►

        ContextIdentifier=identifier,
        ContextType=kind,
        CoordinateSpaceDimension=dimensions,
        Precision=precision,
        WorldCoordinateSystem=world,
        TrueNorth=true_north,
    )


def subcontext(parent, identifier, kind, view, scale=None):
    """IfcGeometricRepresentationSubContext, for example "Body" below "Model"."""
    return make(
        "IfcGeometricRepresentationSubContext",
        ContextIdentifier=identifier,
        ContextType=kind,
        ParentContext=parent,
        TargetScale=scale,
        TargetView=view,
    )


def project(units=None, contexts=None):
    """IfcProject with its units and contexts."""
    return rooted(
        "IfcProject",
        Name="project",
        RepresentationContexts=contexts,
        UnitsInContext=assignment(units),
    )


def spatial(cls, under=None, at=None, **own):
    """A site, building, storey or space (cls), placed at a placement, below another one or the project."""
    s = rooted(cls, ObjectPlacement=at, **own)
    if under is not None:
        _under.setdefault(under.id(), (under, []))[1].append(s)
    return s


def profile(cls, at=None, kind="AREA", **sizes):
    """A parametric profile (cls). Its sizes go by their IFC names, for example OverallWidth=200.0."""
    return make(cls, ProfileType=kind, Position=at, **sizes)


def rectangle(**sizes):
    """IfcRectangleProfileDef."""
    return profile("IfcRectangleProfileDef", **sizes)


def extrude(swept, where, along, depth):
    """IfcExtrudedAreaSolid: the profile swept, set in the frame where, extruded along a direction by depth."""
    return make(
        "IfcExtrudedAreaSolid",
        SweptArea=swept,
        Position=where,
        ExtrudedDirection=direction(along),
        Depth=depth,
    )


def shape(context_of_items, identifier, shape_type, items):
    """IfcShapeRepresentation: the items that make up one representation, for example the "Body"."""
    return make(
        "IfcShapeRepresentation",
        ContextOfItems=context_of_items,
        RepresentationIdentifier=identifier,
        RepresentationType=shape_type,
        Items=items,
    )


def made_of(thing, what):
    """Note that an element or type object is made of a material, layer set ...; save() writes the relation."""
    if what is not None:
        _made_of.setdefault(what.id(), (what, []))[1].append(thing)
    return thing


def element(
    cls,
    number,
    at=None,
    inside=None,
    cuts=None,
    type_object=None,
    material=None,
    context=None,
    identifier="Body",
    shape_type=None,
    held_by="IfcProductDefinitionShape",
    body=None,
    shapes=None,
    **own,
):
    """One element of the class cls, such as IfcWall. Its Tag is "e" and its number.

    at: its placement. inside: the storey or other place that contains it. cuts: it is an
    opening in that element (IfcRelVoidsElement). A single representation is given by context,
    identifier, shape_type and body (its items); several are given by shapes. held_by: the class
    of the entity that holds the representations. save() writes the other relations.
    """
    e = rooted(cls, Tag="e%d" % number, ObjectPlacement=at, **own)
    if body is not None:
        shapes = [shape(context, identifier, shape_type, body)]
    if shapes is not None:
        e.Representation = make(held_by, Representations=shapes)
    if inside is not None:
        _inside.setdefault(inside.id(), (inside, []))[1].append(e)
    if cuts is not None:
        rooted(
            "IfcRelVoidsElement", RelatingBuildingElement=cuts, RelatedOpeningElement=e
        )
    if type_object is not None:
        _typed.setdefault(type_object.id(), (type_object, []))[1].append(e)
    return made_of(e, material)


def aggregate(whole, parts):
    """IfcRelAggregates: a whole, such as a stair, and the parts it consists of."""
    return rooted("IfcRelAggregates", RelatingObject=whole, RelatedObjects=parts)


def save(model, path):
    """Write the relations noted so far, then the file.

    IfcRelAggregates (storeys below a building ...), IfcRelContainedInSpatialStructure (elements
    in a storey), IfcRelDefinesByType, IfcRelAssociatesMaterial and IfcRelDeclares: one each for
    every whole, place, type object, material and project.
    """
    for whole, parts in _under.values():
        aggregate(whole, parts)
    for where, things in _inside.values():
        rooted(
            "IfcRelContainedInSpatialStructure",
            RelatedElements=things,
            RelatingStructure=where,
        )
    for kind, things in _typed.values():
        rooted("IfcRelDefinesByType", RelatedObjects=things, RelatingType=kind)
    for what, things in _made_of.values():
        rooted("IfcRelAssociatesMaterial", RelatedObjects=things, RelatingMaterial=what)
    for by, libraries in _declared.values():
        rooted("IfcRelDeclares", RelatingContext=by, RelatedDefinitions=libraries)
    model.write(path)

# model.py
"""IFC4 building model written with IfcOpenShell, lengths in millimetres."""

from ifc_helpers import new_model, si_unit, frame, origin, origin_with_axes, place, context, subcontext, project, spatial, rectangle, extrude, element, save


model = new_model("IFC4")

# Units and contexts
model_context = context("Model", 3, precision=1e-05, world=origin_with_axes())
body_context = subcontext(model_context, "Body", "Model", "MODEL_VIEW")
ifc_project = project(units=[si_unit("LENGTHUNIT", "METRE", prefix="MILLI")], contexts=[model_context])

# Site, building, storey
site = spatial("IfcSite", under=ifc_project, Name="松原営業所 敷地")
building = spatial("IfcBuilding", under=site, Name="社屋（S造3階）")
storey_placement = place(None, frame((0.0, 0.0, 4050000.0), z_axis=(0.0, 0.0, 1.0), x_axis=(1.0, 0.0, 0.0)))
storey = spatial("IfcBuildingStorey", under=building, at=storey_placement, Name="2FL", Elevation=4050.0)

◄

The reply should be nothing but the number of lines in the entries that include "IfcRectangleProfileDef".

2